### Exercise
A single number is the answer: the count of lines in the records that hold the word "IFCRELAGGREGATES".

### Dataset
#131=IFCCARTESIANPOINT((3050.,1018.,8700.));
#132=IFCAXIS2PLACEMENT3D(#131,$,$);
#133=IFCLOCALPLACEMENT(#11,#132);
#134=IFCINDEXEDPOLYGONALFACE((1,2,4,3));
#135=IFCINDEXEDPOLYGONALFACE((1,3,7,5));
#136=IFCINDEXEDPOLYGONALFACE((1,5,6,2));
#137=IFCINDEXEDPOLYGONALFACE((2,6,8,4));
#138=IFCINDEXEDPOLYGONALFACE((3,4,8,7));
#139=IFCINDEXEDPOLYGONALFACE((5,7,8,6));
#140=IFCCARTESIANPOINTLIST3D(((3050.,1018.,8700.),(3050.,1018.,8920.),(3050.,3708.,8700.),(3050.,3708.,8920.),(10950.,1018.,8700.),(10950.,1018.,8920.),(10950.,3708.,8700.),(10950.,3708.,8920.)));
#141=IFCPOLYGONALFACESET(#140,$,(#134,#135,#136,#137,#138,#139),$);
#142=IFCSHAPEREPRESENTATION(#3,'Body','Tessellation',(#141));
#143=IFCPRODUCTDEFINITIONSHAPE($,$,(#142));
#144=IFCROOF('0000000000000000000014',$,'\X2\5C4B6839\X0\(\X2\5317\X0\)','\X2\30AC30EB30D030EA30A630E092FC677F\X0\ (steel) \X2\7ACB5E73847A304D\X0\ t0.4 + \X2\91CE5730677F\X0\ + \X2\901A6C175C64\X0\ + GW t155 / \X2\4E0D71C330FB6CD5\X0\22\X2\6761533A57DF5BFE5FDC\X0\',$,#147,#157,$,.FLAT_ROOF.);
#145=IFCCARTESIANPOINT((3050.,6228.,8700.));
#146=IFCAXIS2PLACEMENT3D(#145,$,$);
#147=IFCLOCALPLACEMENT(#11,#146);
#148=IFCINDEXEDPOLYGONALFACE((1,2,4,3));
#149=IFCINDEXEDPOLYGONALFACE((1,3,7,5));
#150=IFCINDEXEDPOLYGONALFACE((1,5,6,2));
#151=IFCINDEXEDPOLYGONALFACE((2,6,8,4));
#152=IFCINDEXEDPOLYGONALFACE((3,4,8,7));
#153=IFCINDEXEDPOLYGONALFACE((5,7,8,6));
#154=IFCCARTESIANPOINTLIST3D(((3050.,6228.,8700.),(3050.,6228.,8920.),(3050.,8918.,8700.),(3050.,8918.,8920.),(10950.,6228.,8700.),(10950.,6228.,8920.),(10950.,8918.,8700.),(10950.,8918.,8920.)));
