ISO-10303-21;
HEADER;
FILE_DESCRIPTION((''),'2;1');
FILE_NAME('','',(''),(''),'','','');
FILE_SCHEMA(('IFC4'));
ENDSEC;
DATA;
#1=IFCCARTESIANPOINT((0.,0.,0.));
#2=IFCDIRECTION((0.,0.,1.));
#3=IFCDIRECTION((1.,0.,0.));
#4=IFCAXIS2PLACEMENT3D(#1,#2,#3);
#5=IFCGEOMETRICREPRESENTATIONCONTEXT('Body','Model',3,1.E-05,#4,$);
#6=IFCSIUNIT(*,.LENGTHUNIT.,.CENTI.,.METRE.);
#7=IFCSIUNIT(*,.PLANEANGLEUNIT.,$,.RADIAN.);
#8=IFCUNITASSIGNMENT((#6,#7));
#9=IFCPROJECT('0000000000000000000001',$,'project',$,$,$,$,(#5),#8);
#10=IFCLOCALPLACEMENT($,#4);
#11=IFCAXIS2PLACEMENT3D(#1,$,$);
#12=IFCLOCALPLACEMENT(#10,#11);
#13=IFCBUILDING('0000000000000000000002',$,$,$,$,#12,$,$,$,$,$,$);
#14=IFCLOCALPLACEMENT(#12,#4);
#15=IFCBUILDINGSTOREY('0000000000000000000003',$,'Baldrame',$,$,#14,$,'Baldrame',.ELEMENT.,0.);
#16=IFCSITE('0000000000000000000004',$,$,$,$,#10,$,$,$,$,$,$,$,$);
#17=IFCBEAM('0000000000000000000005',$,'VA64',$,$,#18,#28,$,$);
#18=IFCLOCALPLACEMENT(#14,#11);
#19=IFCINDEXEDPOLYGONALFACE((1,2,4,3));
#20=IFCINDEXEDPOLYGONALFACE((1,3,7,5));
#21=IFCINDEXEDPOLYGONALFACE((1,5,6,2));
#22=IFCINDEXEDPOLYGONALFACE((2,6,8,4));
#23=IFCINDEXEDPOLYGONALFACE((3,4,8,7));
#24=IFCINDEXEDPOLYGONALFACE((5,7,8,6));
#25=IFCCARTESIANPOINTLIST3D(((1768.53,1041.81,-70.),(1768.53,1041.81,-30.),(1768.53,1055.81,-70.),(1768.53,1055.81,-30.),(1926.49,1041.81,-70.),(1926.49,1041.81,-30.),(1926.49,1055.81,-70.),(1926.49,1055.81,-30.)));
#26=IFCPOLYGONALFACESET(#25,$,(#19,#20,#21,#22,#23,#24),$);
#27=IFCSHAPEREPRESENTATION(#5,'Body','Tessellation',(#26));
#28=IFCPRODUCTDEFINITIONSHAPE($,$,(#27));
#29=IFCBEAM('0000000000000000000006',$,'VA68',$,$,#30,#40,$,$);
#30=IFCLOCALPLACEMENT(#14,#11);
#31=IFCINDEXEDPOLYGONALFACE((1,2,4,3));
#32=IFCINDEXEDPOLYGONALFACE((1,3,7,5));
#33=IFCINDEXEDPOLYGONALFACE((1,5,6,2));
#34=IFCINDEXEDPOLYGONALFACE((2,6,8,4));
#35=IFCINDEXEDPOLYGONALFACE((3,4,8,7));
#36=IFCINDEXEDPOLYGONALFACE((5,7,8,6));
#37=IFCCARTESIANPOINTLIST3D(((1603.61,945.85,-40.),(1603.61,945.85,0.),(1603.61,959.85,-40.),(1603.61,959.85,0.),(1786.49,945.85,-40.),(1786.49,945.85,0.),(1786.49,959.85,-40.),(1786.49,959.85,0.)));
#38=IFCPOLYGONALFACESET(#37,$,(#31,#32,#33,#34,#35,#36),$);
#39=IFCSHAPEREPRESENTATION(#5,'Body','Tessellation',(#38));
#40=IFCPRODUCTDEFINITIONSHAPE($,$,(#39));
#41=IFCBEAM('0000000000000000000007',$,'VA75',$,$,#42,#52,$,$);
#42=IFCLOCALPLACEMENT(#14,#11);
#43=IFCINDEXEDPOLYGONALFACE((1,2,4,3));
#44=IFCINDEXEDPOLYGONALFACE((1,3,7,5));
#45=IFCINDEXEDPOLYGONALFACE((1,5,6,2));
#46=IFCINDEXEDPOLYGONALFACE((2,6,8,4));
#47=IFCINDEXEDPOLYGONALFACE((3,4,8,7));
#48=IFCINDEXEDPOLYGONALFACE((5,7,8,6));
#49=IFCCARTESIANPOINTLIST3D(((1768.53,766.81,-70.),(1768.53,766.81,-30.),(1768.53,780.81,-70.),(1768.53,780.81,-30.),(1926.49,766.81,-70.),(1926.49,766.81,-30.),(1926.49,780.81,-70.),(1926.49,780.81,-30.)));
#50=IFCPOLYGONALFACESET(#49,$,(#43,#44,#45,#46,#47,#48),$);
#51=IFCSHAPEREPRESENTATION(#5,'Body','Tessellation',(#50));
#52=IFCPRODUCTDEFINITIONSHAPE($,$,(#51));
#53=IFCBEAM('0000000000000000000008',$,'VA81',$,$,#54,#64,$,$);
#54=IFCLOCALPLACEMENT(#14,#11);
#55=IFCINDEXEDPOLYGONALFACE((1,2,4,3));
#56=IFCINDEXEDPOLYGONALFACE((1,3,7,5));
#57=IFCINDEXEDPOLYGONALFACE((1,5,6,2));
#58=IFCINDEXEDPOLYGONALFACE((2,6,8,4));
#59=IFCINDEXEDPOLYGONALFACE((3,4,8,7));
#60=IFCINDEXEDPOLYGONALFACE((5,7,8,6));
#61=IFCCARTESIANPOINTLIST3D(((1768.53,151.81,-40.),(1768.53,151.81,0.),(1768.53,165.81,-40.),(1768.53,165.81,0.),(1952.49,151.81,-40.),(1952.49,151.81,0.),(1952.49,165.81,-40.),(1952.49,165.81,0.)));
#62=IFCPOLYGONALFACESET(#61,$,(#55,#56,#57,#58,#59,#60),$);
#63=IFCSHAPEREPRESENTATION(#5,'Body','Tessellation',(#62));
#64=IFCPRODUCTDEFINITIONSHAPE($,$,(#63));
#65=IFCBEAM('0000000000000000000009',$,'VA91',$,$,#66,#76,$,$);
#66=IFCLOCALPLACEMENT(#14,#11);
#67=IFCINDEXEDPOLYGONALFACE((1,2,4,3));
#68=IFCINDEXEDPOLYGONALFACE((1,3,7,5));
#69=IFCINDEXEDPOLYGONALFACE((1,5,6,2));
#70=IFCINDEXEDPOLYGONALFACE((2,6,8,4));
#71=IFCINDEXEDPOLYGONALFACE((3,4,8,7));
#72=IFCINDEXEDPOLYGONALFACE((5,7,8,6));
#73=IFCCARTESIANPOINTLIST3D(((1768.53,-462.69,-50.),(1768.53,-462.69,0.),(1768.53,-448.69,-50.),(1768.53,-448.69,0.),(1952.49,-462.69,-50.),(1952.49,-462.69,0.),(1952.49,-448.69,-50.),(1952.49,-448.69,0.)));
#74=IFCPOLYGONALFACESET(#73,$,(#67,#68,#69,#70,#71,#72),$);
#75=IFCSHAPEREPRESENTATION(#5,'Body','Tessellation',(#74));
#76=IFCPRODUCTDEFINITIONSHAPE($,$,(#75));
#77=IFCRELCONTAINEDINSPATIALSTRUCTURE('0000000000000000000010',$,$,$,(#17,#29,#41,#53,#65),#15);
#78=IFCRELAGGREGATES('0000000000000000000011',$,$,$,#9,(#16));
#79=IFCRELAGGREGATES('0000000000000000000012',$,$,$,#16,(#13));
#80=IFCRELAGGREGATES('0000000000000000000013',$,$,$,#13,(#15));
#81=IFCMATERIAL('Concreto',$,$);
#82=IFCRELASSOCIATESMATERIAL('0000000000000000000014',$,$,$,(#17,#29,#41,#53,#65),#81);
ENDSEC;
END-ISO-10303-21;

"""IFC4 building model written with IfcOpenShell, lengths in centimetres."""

from ifc_helpers import new_model, si_unit, frame, origin, origin_with_axes, origin_2d_with_axis, place, context, project, spatial, rectangle, extrude, material, element, save


model = new_model("IFC4")

# Units and contexts
model_context = context("Model", 3, precision=1e-05, world=origin_with_axes(), identifier="Body")
ifc_project = project(units=[si_unit("LENGTHUNIT", "METRE", prefix="CENTI"), si_unit("PLANEANGLEUNIT", "RADIAN")], contexts=[model_context])

# Site, building, storey
site_placement = place(None, origin_with_axes())
site = spatial("IfcSite", under=ifc_project, at=site_placement)
building_placement = place(site_placement, origin())
building = spatial("IfcBuilding", under=site, at=building_placement)
storey_placement = place(building_placement, origin_with_axes())
storey = spatial("IfcBuildingStorey", under=building, at=storey_placement, Name="Baldrame", LongName="Baldrame", CompositionType="ELEMENT", Elevation=0.0)

# Shared definitions
ifc_material = material(Name="Concreto")

# Beams
beam_1_placement = place(storey_placement, frame((1847.51, 1048.81, -30.0), z_axis=(0.0, 0.0, 1.0), x_axis=(1.0, 0.0, 0.0)))
element("IfcBeam", 1, at=beam_1_placement, inside=storey, material=ifc_material, Name="VA64", context=model_context, shape_type="SolidModel", body=[
    extrude(rectangle(XDim=14.0, YDim=40.0, at=origin_2d_with_axis()), frame((-78.98, 0.0, -20.0), z_axis=(1.0, 0.0, 0.0), x_axis=(0.0, 1.0, 0.0)), (0.0, 0.0, 1.0), 157.96),
])
beam_2_placement = place(storey_placement, frame((1695.05, 952.85, 0.0), z_axis=(0.0, 0.0, 1.0), x_axis=(1.0, 0.0, 0.0)))
element("IfcBeam", 2, at=beam_2_placement, inside=storey, material=ifc_material, Name="VA68", context=model_context, shape_type="SolidModel", body=[
    extrude(rectangle(XDim=14.0, YDim=40.0, at=origin_2d_with_axis()), frame((-91.44, 0.0, -20.0), z_axis=(1.0, 0.0, 0.0), x_axis=(0.0, 1.0, 0.0)), (0.0, 0.0, 1.0), 182.88),
])
beam_3_placement = place(storey_placement, frame((1847.51, 773.81, -30.0), z_axis=(0.0, 0.0, 1.0), x_axis=(1.0, 0.0, 0.0)))
element("IfcBeam", 3, at=beam_3_placement, inside=storey, material=ifc_material, Name="VA75", context=model_context, shape_type="SolidModel", body=[
    extrude(rectangle(XDim=14.0, YDim=40.0, at=origin_2d_with_axis()), frame((-78.98, 0.0, -20.0), z_axis=(1.0, 0.0, 0.0), x_axis=(0.0, 1.0, 0.0)), (0.0, 0.0, 1.0), 157.96),
])
beam_4_placement = place(storey_placement, frame((1860.51, 158.81, 0.0), z_axis=(0.0, 0.0, 1.0), x_axis=(1.0, 0.0, 0.0)))
element("IfcBeam", 4, at=beam_4_placement, inside=storey, material=ifc_material, Name="VA81", context=model_context, shape_type="SolidModel", body=[
    extrude(rectangle(XDim=14.0, YDim=40.0, at=origin_2d_with_axis()), frame((-91.98, 0.0, -20.0), z_axis=(1.0, 0.0, 0.0), x_axis=(0.0, 1.0, 0.0)), (0.0, 0.0, 1.0), 183.96),
])
beam_5_placement = place(storey_placement, frame((1860.51, -455.69, 0.0), z_axis=(0.0, 0.0, 1.0), x_axis=(1.0, 0.0, 0.0)))
element("IfcBeam", 5, at=beam_5_placement, inside=storey, material=ifc_material, Name="VA91", context=model_context, shape_type="SolidModel", body=[
    extrude(rectangle(XDim=14.0, YDim=50.0, at=origin_2d_with_axis()), frame((-91.98, 0.0, -25.0), z_axis=(1.0, 0.0, 0.0), x_axis=(0.0, 1.0, 0.0)), (0.0, 0.0, 1.0), 183.96),
])

save(model, "model.ifc")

### Answer space
3